Ils parlent au nom des soldats car le droit de réserve leur interdit de parler, de se plaindre de leurs conditions déplorables de travail. Voici ce que le Colonel Jacques Bessy déclare à France-Info pour décrire les conditions lamentables de l’armée française en Centrafrique :

“Les fantassins ne réclament pas grand-chose finalement. Juste du matériel qui tient la route, des équipements – des radios par exemple – qui fonctionnent. C’est clair que la plus grosse inquiétude porte sur le matériel roulant. Les véhicules de l’avant blindé sont fatigués, en fin de vie. Souvent, quand les pièces s’usent. Il faut désosser deux véhicules pour en faire un seul. C’est ce qu’on appelle la cannibalisation du matériel. Tout cela alourdit les opérations et cela mine le moral. C’est grave car le moral, c’est capital dans une armée en opération. Sans le moral, il y a une baisse de vigilance, et c’est là qu’on augmente le risque de se laisser surprendre”.

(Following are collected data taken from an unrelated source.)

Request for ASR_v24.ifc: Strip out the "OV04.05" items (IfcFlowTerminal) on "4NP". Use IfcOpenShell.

First a look at what the model holds.

```python
import ifcopenshell
import ifcopenshell.util.element

model = ifcopenshell.open("ASR_v24.ifc")
print(model.schema)
storey = next(s for s in model.by_type("IfcBuildingStorey") if s.Name == "4NP")
terminals = [e for e in ifcopenshell.util.element.get_decomposition(storey) if e.is_a("IfcFlowTerminal")]
seen = {}
for e in terminals:
    element_type = ifcopenshell.util.element.get_type(e)
    name = element_type.Name if element_type not in (None, e) else None
    seen[name] = seen.get(name, 0) + 1
for name, count in sorted(seen.items(), key=str):
    print(count, "x", name)
```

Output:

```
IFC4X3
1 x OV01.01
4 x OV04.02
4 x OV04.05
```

```python
import ifcopenshell
import ifcopenshell.api.root
import ifcopenshell.util.element

model = ifcopenshell.open("ASR_v24.ifc")

storey = next(s for s in model.by_type("IfcBuildingStorey") if s.Name == "4NP")
terminals = [e for e in ifcopenshell.util.element.get_decomposition(storey) if e.is_a("IfcFlowTerminal")]
targets = [e for e in terminals if (t := ifcopenshell.util.element.get_type(e)) not in (None, e) and t.Name == "OV04.05"]

for e in targets:
    ifcopenshell.api.root.remove_product(model, product=e)
print(len(targets), "removed")

model.write("ASR_v24_edited.ifc")
```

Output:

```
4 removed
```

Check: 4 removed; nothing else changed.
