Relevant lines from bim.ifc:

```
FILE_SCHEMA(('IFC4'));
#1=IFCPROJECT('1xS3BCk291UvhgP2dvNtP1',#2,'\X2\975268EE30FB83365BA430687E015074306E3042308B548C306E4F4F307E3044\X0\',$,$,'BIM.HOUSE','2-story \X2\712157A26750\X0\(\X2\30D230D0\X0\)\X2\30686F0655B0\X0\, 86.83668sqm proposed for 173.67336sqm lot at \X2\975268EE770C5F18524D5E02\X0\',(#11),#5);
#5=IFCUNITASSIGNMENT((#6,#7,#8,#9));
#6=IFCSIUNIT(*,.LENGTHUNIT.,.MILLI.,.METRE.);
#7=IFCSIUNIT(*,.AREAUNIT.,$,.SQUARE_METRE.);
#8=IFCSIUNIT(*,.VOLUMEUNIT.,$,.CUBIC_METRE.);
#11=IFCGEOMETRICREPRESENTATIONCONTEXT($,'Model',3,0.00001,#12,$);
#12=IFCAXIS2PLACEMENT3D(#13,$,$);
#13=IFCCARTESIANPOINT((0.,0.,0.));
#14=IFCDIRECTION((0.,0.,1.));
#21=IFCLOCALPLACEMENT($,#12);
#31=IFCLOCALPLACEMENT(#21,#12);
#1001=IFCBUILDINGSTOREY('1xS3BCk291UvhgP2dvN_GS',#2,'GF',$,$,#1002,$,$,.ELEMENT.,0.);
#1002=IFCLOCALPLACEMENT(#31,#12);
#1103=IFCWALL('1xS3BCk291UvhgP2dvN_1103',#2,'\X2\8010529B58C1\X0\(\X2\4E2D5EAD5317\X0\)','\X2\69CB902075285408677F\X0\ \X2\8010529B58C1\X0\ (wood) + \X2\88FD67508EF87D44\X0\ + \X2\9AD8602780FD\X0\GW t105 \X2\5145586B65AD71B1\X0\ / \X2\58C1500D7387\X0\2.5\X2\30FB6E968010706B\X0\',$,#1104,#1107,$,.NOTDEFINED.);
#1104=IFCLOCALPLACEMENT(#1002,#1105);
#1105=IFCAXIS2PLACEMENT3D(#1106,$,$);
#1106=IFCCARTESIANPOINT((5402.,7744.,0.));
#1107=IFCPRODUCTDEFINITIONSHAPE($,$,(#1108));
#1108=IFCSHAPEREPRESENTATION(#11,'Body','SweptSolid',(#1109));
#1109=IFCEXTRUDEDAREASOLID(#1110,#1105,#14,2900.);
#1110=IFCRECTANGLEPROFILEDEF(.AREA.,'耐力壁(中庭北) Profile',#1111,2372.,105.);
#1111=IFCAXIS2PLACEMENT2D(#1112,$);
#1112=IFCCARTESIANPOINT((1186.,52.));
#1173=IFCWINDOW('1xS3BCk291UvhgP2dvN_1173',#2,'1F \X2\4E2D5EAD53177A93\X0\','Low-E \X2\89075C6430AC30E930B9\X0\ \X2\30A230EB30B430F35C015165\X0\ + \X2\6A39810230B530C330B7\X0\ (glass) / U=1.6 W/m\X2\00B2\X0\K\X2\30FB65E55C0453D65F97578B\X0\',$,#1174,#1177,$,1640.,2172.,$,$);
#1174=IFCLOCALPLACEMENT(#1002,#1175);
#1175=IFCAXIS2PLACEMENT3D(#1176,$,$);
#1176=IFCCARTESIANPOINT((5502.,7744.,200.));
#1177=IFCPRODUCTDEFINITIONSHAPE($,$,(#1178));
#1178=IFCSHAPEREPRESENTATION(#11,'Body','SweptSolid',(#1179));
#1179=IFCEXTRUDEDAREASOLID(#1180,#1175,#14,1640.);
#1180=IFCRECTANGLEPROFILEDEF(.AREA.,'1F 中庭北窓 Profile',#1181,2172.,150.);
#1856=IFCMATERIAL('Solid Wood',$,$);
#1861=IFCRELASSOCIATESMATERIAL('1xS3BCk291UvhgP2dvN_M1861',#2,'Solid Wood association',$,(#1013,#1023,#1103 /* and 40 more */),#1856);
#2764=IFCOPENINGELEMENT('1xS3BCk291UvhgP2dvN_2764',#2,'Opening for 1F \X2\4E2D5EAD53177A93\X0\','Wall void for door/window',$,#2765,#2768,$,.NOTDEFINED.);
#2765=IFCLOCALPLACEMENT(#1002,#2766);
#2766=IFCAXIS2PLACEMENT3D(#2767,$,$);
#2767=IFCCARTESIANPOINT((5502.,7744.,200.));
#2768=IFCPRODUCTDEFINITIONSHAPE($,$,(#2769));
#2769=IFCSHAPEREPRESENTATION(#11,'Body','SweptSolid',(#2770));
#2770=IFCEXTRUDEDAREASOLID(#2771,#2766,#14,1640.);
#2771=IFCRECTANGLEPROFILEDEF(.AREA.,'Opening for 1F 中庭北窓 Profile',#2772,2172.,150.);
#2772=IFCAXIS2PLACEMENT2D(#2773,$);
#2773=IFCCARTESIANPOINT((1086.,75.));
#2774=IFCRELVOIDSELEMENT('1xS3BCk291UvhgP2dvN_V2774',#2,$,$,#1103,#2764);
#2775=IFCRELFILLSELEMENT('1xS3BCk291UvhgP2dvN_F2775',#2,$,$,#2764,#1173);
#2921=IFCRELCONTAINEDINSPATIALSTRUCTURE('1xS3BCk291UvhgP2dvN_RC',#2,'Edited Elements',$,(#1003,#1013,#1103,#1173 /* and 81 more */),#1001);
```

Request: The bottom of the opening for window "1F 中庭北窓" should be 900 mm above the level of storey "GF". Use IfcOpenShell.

```python
import numpy as np
import ifcopenshell
import ifcopenshell.api.geometry
import ifcopenshell.geom
import ifcopenshell.util.element
import ifcopenshell.util.placement
import ifcopenshell.util.shape
import ifcopenshell.util.unit

model = ifcopenshell.open("bim.ifc")
unit_scale = ifcopenshell.util.unit.calculate_unit_scale(model)

window = model.by_id(1173)
opening = window.FillsVoids[0].RelatingOpeningElement
storey = ifcopenshell.util.element.get_container(window, ifc_class="IfcBuildingStorey")
level = ifcopenshell.util.placement.get_local_placement(storey.ObjectPlacement)[2, 3]

# The opening's origin need not be at the sill, so measure its lowest point.
shape = ifcopenshell.geom.create_shape(ifcopenshell.geom.settings(), opening)
bottom = ifcopenshell.util.shape.get_shape_bottom_elevation(shape, shape.geometry) / unit_scale
dz = level + 900.0 - bottom

shift = np.array([0.0, 0.0, dz])
# The window is not placed relative to its opening, so move both.
for product in (opening, window):
    matrix = ifcopenshell.util.placement.get_local_placement(product.ObjectPlacement)
    matrix[:3, 3] += shift
    ifcopenshell.api.geometry.edit_object_placement(model, product=product, matrix=matrix, is_si=False)

print(f"moved by {dz * unit_scale:+.3f} m")

model.write("bim_updated.ifc")
```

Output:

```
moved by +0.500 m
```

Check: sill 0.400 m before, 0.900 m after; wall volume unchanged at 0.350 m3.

Sur Facebook, ce sont leurs familiers qui prennent le relai de l’Adefdromil et parlent pour eux. Voici 4 témoignages de mamans de garçons des 2000 militaires français opérant en Centrafrique, receuillis par la même édition de France-Info:

  1. Nous, les familles, on en a assez d’être toujours dans une inquiétude qui n’est pas forcément justifiée. Oui c’est leur choix d’avoir embrassé cette carrière. Mais ils n’avaient pas signé pour de telles conditions d’intervention. Ce sont nos enfants, nos maris, nos frères, des hommes courageux. Ils sont dignes de disposer d’un meilleur matériel et de conditions décentes de vie sur le terrain. Moi comme beaucoup de Français, je paye des impôts et je me demande où passe l’argent alloué à la défense”

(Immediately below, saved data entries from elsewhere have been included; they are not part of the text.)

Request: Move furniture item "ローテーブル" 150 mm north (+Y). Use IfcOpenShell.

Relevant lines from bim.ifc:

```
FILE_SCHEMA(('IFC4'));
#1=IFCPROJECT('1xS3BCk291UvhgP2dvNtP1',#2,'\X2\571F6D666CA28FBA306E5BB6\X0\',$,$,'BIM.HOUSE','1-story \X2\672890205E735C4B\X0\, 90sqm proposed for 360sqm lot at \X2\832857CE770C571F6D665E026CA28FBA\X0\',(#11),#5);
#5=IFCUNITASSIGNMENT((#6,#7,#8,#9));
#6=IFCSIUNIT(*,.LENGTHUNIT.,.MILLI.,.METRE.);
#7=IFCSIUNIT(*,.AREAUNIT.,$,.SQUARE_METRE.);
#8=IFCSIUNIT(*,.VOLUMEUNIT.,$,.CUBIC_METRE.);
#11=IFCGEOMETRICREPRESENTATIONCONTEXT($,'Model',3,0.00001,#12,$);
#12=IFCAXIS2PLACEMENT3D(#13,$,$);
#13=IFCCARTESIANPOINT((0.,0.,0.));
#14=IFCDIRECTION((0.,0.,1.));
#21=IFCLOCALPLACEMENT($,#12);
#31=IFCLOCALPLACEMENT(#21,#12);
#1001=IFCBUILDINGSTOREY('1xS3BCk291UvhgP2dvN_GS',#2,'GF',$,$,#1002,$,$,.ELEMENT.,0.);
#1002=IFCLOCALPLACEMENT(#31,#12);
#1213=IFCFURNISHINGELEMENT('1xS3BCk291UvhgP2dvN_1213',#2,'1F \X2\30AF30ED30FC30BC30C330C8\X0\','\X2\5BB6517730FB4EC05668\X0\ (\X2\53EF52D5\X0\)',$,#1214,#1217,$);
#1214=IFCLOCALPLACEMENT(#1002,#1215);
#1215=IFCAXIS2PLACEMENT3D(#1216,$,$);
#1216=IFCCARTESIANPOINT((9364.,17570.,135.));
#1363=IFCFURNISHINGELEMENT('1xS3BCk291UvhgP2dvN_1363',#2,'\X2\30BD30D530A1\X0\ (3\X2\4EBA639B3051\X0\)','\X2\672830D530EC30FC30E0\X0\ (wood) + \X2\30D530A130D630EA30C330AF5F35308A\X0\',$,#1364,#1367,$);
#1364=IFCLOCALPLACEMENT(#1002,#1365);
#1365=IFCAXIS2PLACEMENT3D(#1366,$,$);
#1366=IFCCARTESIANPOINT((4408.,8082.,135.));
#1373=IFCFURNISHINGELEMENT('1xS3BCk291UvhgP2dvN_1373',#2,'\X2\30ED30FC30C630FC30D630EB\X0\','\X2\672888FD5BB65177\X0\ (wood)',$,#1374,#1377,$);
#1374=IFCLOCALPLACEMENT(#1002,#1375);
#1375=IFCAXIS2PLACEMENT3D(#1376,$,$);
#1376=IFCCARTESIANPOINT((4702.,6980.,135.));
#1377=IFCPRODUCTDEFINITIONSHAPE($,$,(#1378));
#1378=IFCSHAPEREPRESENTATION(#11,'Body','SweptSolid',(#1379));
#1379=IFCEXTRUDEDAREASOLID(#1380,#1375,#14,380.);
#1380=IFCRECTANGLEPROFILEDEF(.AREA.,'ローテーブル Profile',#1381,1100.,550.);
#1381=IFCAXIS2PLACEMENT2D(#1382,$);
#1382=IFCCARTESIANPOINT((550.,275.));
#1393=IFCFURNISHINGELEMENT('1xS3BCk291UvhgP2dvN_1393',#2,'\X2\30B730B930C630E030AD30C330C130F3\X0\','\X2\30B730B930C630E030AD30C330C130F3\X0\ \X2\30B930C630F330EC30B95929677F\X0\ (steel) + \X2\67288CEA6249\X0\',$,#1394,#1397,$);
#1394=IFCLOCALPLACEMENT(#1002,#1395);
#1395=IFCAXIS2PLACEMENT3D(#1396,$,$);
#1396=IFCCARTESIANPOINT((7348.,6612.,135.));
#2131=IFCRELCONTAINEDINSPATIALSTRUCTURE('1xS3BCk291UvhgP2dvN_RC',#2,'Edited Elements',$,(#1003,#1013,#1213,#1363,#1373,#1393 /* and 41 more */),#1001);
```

```python
import ifcopenshell
import ifcopenshell.api.geometry
import ifcopenshell.util.placement

model = ifcopenshell.open("bim.ifc")

item = model.by_id(1373)
matrix = ifcopenshell.util.placement.get_local_placement(item.ObjectPlacement)
matrix[1, 3] += 150.0
ifcopenshell.api.geometry.edit_object_placement(model, product=item, matrix=matrix, is_si=False)

print(ifcopenshell.util.placement.get_local_placement(item.ObjectPlacement).round(3) + 0.0)

model.write("bim_v2.ifc")
```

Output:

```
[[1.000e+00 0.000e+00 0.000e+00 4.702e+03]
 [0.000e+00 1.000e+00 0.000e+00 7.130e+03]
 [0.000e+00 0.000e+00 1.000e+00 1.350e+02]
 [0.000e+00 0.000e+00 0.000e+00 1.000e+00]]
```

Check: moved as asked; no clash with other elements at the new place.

  2. Nos garçons racontent qu’ils doivent frapper très fort le démarreur avec une barre de fer pour essayer de faire repartir ces VAB, (véhicules de l’avant blindé). Quelquefois, cela fonctionne. Quelquefois pas. Et il faut espérer qu’à ce moment-là, ils ne soient pas pris pour cible par des insurgés. On sait que les mécanos commandent souvent des pièces qui n’arrivent jamais. Car ce sont des modèles de pièces épuisés ou parce que tout simplement, il n’y a pas l’argent. Mes fils me disent parfois qu’ils ont le sentiment qu’un jour on finira par leur demander d’aller au front avec un bâton”

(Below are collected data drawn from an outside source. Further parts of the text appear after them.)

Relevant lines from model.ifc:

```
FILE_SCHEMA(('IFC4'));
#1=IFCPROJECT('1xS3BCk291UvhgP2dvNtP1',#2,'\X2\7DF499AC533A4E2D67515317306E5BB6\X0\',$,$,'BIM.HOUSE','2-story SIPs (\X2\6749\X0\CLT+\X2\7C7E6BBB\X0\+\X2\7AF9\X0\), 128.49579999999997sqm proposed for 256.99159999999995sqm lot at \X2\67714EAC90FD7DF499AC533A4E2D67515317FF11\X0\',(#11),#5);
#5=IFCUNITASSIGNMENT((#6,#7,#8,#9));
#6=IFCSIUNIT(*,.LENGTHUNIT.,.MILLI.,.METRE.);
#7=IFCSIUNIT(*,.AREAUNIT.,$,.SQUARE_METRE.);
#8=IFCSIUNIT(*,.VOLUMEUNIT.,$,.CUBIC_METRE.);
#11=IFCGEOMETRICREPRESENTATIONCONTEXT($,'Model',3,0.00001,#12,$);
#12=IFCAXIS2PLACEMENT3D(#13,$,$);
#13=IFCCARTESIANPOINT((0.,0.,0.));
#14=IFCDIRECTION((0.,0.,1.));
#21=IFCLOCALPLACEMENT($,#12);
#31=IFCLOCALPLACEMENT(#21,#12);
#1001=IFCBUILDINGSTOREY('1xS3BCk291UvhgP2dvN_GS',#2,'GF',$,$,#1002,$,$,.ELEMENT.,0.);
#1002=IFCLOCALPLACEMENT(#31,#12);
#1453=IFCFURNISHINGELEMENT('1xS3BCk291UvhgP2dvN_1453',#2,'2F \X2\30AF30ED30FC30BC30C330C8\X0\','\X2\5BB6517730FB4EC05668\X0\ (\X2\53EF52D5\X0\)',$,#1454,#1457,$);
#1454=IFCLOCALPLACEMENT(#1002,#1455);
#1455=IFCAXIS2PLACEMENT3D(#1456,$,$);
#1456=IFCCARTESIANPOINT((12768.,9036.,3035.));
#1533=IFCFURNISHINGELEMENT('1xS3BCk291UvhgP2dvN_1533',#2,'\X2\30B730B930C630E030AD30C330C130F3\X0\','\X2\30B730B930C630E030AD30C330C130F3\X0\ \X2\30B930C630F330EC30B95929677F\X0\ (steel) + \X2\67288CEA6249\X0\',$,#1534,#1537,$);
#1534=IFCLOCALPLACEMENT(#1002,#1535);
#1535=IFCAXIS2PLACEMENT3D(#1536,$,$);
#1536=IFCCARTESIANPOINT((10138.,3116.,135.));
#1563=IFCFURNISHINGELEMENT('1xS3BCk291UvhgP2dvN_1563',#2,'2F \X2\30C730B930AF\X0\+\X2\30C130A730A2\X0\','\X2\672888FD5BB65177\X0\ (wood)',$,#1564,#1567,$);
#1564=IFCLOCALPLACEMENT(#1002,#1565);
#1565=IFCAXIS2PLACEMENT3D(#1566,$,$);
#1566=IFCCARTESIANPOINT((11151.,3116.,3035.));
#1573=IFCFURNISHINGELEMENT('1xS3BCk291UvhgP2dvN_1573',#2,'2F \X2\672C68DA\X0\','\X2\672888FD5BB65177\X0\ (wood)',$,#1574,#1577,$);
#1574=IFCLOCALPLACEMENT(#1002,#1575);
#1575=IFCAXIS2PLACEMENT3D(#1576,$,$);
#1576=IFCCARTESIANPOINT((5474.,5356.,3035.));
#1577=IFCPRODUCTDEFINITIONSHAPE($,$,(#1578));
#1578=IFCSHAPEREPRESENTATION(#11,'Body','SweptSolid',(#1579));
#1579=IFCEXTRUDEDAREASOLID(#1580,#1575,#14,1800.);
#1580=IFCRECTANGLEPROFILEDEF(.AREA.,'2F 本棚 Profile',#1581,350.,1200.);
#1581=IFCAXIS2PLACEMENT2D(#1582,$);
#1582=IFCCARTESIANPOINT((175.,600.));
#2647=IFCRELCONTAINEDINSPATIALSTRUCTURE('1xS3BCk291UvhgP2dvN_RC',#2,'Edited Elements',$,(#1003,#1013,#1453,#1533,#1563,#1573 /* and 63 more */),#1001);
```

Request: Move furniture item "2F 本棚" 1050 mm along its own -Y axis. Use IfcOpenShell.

```python
import ifcopenshell
import ifcopenshell.api.geometry
import ifcopenshell.util.placement
import ifcopenshell.util.unit

model = ifcopenshell.open("model.ifc")
unit_scale = ifcopenshell.util.unit.calculate_unit_scale(model)

item = model.by_id(1573)
matrix = ifcopenshell.util.placement.get_local_placement(item.ObjectPlacement)
matrix[:3, 3] -= matrix[:3, 1] * 1.05 / unit_scale
ifcopenshell.api.geometry.edit_object_placement(model, product=item, matrix=matrix, is_si=False)

print(ifcopenshell.util.placement.get_local_placement(item.ObjectPlacement).round(3) + 0.0)

model.write("model_edited.ifc")
```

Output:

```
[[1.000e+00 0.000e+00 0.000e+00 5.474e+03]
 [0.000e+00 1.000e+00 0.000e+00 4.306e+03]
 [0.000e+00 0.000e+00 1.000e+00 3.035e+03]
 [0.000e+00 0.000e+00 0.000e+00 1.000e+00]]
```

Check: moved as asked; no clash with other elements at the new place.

  3. Dès son arrivée, voyant qu’il devait dormir sous la tente sans climatisation, mon fils a fait comme quantité de soldats là-bas. Il est allé au marché de Bangui et il s’est acheté son propre ventilateur pour que ses nuits soient plus supportables. Il l’a payé avec son propre argent. C’est le cas d’ailleurs aussi pour beaucoup de ses affaires : son gilet à poches, ses chaussures, son sac à dos. Tous ces équipements-là, il les a achetés sur Internet ou dans des boutiques spécialisées en France. Car les équipements qui leur sont fournis par l’armée sont de mauvaise qualité. Ces sont des ‘premiers prix’, les coutures cèdent, les semelles se décollent, ça n’est pas fiable pour une mission de plusieurs mois à l’étranger”, et l’éditorialiste de la radio France-Info d’ajouter comme une fatalité : “On se souvient aussi de la polémique sur les chaussures dont les semelles fondaient au contact du sol au nord Mali”.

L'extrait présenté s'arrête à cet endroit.